◆ **EXERCISE REQUIREMENTS**
Repeat precisely the span of lines below that opens with the line containing "#61=IFCINDEXEDPOLYGONALFACE((13,17,18,14));" and closes with the line containing "#67=IFCINDEXEDPOLYGONALFACE((25,29,30,26));", both included.

◆ **EXERCISE MATERIAL**

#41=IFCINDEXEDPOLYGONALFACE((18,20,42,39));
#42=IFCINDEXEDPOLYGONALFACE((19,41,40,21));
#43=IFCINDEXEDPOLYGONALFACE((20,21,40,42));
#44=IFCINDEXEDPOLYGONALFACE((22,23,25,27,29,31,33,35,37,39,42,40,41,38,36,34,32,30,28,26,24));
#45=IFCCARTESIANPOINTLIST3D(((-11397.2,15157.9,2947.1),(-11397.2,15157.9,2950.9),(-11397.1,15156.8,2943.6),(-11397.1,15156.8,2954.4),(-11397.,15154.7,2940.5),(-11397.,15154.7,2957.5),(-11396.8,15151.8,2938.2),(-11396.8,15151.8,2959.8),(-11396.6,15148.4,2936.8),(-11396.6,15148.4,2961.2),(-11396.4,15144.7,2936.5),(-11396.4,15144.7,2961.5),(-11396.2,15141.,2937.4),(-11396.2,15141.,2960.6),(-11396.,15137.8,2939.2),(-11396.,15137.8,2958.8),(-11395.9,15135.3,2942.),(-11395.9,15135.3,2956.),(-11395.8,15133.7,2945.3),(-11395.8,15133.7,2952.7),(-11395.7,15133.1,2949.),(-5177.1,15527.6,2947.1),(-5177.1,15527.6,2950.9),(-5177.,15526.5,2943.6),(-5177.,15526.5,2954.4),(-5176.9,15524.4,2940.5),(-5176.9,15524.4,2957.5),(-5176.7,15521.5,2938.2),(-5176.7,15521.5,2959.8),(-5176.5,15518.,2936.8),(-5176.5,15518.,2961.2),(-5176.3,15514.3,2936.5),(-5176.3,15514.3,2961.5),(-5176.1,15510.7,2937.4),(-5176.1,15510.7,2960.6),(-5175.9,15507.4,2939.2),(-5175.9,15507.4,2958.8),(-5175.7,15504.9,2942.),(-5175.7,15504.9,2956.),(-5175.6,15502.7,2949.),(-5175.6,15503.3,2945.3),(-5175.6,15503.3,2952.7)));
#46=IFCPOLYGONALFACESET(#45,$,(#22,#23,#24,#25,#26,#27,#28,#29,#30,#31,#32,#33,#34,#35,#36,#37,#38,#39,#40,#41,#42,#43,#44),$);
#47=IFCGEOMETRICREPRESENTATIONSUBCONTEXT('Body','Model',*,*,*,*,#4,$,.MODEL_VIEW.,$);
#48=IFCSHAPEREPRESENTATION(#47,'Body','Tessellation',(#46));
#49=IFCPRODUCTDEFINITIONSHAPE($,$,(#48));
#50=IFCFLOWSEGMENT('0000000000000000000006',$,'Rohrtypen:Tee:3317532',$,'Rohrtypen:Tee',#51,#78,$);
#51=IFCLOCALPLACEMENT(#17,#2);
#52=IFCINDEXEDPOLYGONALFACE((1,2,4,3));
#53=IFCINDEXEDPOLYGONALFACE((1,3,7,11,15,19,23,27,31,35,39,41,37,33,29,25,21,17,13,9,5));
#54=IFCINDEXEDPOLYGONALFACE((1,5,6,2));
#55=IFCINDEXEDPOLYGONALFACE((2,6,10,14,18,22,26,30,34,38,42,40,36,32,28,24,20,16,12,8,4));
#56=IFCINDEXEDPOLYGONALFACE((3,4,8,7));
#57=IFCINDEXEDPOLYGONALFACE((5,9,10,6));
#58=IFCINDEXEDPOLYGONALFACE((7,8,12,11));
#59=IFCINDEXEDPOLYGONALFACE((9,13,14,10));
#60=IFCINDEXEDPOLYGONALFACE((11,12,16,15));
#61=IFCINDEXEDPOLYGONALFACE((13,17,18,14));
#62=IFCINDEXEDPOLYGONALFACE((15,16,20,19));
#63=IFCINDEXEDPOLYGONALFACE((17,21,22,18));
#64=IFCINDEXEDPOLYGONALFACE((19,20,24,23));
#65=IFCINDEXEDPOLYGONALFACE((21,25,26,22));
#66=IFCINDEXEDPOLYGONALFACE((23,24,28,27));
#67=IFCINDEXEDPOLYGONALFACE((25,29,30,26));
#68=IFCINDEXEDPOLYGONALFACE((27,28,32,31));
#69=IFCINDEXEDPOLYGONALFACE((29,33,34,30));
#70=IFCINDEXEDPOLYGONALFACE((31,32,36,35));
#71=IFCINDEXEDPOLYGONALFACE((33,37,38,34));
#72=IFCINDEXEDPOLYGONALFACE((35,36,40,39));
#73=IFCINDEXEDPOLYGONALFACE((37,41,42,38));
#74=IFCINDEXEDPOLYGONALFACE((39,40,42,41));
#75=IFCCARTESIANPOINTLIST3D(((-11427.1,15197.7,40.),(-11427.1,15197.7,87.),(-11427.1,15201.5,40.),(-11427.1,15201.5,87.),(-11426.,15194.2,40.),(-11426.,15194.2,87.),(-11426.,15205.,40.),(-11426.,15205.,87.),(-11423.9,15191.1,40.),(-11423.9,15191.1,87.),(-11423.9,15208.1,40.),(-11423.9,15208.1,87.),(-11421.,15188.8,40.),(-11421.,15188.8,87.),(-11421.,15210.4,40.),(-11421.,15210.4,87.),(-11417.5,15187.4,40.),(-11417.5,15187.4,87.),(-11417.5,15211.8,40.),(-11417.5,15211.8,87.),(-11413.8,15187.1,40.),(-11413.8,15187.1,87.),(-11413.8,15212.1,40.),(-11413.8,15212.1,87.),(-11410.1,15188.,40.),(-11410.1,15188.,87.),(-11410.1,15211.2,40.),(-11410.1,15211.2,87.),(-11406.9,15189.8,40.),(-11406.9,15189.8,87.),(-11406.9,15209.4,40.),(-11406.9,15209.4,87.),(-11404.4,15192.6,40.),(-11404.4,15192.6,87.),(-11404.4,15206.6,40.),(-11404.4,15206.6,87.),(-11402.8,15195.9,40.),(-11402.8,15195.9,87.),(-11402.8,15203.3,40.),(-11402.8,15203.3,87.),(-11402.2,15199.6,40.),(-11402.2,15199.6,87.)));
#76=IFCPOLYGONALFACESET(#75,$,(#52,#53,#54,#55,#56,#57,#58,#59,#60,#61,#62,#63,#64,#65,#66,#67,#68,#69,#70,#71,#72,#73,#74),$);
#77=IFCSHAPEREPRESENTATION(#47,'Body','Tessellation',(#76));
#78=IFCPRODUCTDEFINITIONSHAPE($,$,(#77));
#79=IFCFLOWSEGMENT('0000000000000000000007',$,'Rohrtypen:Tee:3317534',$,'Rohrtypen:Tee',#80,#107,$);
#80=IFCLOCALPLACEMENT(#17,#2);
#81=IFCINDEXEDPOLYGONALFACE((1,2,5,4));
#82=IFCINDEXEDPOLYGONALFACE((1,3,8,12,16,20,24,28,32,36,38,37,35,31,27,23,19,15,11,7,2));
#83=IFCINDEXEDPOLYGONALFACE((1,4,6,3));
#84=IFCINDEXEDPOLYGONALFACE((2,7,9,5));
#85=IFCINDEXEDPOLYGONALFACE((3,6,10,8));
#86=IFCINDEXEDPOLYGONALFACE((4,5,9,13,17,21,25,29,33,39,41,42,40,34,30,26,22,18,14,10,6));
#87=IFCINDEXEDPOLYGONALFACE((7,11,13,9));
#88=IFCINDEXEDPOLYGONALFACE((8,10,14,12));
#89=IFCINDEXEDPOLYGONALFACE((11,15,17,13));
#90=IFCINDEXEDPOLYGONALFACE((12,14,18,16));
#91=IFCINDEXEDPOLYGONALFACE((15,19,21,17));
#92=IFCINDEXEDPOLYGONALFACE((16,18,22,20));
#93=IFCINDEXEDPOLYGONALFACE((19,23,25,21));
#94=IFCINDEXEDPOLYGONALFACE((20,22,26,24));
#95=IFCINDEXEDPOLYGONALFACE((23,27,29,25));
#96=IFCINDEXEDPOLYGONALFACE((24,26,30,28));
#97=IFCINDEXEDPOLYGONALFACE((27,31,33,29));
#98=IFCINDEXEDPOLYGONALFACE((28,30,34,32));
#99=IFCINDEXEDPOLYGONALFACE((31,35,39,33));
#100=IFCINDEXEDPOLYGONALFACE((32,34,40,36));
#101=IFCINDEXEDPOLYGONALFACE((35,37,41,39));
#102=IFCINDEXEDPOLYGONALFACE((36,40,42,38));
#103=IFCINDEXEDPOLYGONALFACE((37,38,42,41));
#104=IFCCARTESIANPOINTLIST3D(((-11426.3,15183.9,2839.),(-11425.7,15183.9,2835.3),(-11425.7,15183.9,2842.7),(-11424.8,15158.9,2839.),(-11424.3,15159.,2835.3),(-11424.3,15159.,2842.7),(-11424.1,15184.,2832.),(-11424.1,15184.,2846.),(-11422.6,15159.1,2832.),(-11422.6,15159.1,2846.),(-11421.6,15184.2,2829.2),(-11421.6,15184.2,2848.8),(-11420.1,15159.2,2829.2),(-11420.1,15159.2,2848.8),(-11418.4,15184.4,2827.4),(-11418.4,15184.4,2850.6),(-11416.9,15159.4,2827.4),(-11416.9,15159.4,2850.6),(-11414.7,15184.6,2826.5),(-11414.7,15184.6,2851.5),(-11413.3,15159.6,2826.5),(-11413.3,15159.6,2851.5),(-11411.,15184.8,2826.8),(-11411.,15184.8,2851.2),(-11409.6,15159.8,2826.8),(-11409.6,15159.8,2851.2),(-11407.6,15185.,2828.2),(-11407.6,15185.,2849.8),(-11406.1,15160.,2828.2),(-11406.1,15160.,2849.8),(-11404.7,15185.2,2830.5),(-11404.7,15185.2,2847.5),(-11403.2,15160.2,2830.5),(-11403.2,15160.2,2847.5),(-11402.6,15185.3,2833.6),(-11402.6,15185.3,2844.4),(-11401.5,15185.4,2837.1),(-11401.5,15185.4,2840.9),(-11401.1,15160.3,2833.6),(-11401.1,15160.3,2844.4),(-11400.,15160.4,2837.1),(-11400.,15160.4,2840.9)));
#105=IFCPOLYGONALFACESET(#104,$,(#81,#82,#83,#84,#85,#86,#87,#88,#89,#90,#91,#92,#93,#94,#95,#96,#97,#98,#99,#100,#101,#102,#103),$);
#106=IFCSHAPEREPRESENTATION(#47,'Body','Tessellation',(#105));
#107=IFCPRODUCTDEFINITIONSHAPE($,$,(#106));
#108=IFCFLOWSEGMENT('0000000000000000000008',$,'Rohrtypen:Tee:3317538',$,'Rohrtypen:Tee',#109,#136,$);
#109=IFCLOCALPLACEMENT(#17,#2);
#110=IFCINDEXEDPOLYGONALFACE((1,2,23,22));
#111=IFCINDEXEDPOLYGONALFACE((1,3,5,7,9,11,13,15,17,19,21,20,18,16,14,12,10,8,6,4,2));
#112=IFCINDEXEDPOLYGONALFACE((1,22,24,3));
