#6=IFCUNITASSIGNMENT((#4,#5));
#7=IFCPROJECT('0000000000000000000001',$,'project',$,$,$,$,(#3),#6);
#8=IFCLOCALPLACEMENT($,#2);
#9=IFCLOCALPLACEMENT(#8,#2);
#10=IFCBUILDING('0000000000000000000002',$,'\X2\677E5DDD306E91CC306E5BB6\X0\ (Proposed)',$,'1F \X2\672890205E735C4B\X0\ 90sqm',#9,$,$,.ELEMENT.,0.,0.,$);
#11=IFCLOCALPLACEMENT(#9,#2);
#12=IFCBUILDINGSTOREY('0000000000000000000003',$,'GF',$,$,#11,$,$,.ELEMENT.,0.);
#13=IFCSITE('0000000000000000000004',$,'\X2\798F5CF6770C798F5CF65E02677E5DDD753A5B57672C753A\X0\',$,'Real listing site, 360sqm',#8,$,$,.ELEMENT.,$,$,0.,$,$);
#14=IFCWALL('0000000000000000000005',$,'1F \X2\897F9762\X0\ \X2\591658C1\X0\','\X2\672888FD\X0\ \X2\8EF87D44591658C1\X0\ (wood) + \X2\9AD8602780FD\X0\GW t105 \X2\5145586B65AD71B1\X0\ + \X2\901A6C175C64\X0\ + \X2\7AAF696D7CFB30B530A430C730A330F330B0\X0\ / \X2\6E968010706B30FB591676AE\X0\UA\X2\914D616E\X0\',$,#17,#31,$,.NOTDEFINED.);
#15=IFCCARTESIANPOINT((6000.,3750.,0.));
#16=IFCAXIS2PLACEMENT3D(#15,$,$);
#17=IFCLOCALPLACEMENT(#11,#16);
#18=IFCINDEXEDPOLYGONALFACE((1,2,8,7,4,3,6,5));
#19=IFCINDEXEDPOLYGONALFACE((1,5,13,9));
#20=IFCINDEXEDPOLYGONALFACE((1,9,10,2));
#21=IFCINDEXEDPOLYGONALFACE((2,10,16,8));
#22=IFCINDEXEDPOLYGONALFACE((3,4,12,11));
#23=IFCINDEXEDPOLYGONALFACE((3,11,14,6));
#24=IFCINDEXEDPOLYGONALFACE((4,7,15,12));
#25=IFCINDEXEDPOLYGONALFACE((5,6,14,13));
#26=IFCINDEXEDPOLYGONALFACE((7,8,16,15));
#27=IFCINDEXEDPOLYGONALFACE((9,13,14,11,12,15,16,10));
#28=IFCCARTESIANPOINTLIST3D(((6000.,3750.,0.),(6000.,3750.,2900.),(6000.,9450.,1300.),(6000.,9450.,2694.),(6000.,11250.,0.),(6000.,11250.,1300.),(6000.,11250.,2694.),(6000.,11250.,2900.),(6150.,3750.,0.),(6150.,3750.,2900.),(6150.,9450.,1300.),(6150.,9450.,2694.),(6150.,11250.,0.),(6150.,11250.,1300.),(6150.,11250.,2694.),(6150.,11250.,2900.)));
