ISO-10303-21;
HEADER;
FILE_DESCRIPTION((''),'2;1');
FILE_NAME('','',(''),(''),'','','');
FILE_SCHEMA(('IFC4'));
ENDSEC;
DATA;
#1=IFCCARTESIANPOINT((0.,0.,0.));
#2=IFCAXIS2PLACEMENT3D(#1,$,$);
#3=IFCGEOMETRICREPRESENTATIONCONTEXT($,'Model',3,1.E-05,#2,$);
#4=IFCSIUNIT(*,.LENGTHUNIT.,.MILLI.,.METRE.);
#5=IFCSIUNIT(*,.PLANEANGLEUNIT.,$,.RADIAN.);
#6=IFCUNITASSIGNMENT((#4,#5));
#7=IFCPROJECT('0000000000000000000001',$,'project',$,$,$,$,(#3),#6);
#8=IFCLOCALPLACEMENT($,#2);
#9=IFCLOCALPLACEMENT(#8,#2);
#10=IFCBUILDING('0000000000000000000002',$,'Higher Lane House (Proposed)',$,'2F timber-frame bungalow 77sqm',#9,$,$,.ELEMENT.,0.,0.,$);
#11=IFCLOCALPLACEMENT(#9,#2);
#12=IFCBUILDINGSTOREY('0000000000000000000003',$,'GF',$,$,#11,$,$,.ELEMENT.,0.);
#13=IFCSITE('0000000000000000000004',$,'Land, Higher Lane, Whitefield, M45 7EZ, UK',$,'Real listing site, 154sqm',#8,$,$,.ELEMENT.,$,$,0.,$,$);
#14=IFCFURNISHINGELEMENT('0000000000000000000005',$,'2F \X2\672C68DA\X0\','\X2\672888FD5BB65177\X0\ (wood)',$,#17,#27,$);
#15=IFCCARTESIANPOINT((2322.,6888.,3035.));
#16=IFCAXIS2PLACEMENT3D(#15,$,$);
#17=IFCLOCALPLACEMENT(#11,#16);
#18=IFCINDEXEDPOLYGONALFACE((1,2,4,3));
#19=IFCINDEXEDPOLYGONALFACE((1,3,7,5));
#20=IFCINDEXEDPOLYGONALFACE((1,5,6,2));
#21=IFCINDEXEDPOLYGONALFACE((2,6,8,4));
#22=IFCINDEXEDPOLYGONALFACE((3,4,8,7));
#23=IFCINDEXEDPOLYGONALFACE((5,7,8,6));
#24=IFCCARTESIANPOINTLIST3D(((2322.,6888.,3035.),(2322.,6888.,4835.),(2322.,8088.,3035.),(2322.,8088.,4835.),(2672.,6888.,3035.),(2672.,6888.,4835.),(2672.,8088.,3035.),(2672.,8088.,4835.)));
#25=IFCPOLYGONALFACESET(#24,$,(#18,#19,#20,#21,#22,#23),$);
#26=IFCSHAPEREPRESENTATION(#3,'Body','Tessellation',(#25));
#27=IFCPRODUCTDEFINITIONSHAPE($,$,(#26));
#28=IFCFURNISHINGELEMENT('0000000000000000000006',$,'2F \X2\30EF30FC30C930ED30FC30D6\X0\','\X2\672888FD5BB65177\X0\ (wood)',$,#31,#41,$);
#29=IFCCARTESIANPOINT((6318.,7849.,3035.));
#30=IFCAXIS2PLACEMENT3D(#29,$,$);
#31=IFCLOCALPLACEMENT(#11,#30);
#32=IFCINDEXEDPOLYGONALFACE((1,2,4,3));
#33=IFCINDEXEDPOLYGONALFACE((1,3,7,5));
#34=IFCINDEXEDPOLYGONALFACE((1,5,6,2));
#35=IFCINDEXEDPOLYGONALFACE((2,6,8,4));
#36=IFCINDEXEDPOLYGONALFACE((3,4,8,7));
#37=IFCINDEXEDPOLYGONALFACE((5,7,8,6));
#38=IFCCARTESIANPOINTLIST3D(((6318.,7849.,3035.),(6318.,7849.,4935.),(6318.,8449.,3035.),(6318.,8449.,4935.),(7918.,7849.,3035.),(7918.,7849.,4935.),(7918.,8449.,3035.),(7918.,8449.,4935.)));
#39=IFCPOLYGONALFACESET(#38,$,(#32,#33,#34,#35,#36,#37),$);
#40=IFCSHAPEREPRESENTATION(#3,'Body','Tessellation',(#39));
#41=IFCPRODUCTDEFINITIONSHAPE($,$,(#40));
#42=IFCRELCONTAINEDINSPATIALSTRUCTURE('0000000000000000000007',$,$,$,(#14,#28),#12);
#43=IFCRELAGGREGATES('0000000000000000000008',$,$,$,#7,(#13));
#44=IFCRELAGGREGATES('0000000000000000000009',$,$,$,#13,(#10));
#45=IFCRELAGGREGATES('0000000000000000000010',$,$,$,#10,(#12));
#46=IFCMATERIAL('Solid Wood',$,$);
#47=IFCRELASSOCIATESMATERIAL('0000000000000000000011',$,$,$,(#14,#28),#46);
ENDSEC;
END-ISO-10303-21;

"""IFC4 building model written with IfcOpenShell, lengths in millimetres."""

from ifc_helpers import new_model, si_unit, frame, frame_2d, origin, place, context, project, spatial, rectangle, extrude, material, element, save


model = new_model("IFC4")

# Units and contexts
model_context = context("Model", 3, precision=1e-05, world=origin())
ifc_project = project(units=[si_unit("LENGTHUNIT", "METRE", prefix="MILLI"), si_unit("PLANEANGLEUNIT", "RADIAN")], contexts=[model_context])

# Site, building, storey
site_placement = place(None, origin())
site = spatial("IfcSite", under=ifc_project, at=site_placement, Name="Land, Higher Lane, Whitefield, M45 7EZ, UK", ObjectType="Real listing site, 154sqm", CompositionType="ELEMENT", RefElevation=0.0)
building_placement = place(site_placement, origin())
building = spatial("IfcBuilding", under=site, at=building_placement, Name="Higher Lane House (Proposed)", ObjectType="2F timber-frame bungalow 77sqm", CompositionType="ELEMENT", ElevationOfRefHeight=0.0, ElevationOfTerrain=0.0)
storey_placement = place(building_placement, origin())
storey = spatial("IfcBuildingStorey", under=building, at=storey_placement, Name="GF", CompositionType="ELEMENT", Elevation=0.0)

# Shared definitions
ifc_material_1 = material(Name="Solid Wood")

# Furnishing elements
furnishing_1_placement = place(storey_placement, frame((2322.0, 6888.0, 3035.0)))
element("IfcFurnishingElement", 1, at=furnishing_1_placement, inside=storey, material=ifc_material_1, Name="2F 本棚", Description="木製家具 (wood)", context=model_context, shape_type="SweptSolid", body=[
    extrude(rectangle(XDim=350.0, YDim=1200.0, at=frame_2d((175.0, 600.0))), frame((2322.0, 6888.0, 3035.0)), (0.0, 0.0, 1.0), 1800.0),
])
furnishing_2_placement = place(storey_placement, frame((6318.0, 7849.0, 3035.0)))
element("IfcFurnishingElement", 2, at=furnishing_2_placement, inside=storey, material=ifc_material_1, Name="2F ワードローブ", Description="木製家具 (wood)", context=model_context, shape_type="SweptSolid", body=[
    extrude(rectangle(XDim=1600.0, YDim=600.0, at=frame_2d((800.0, 300.0))), frame((6318.0, 7849.0, 3035.0)), (0.0, 0.0, 1.0), 1900.0),
])

save(model, "model.ifc")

◆ **RESPONSE TO THIS EXERCISE**
#61=IFCINDEXEDPOLYGONALFACE((13,17,18,14));
#62=IFCINDEXEDPOLYGONALFACE((15,16,20,19));
#63=IFCINDEXEDPOLYGONALFACE((17,21,22,18));
#64=IFCINDEXEDPOLYGONALFACE((19,20,24,23));
#65=IFCINDEXEDPOLYGONALFACE((21,25,26,22));
#66=IFCINDEXEDPOLYGONALFACE((23,24,28,27));
#67=IFCINDEXEDPOLYGONALFACE((25,29,30,26));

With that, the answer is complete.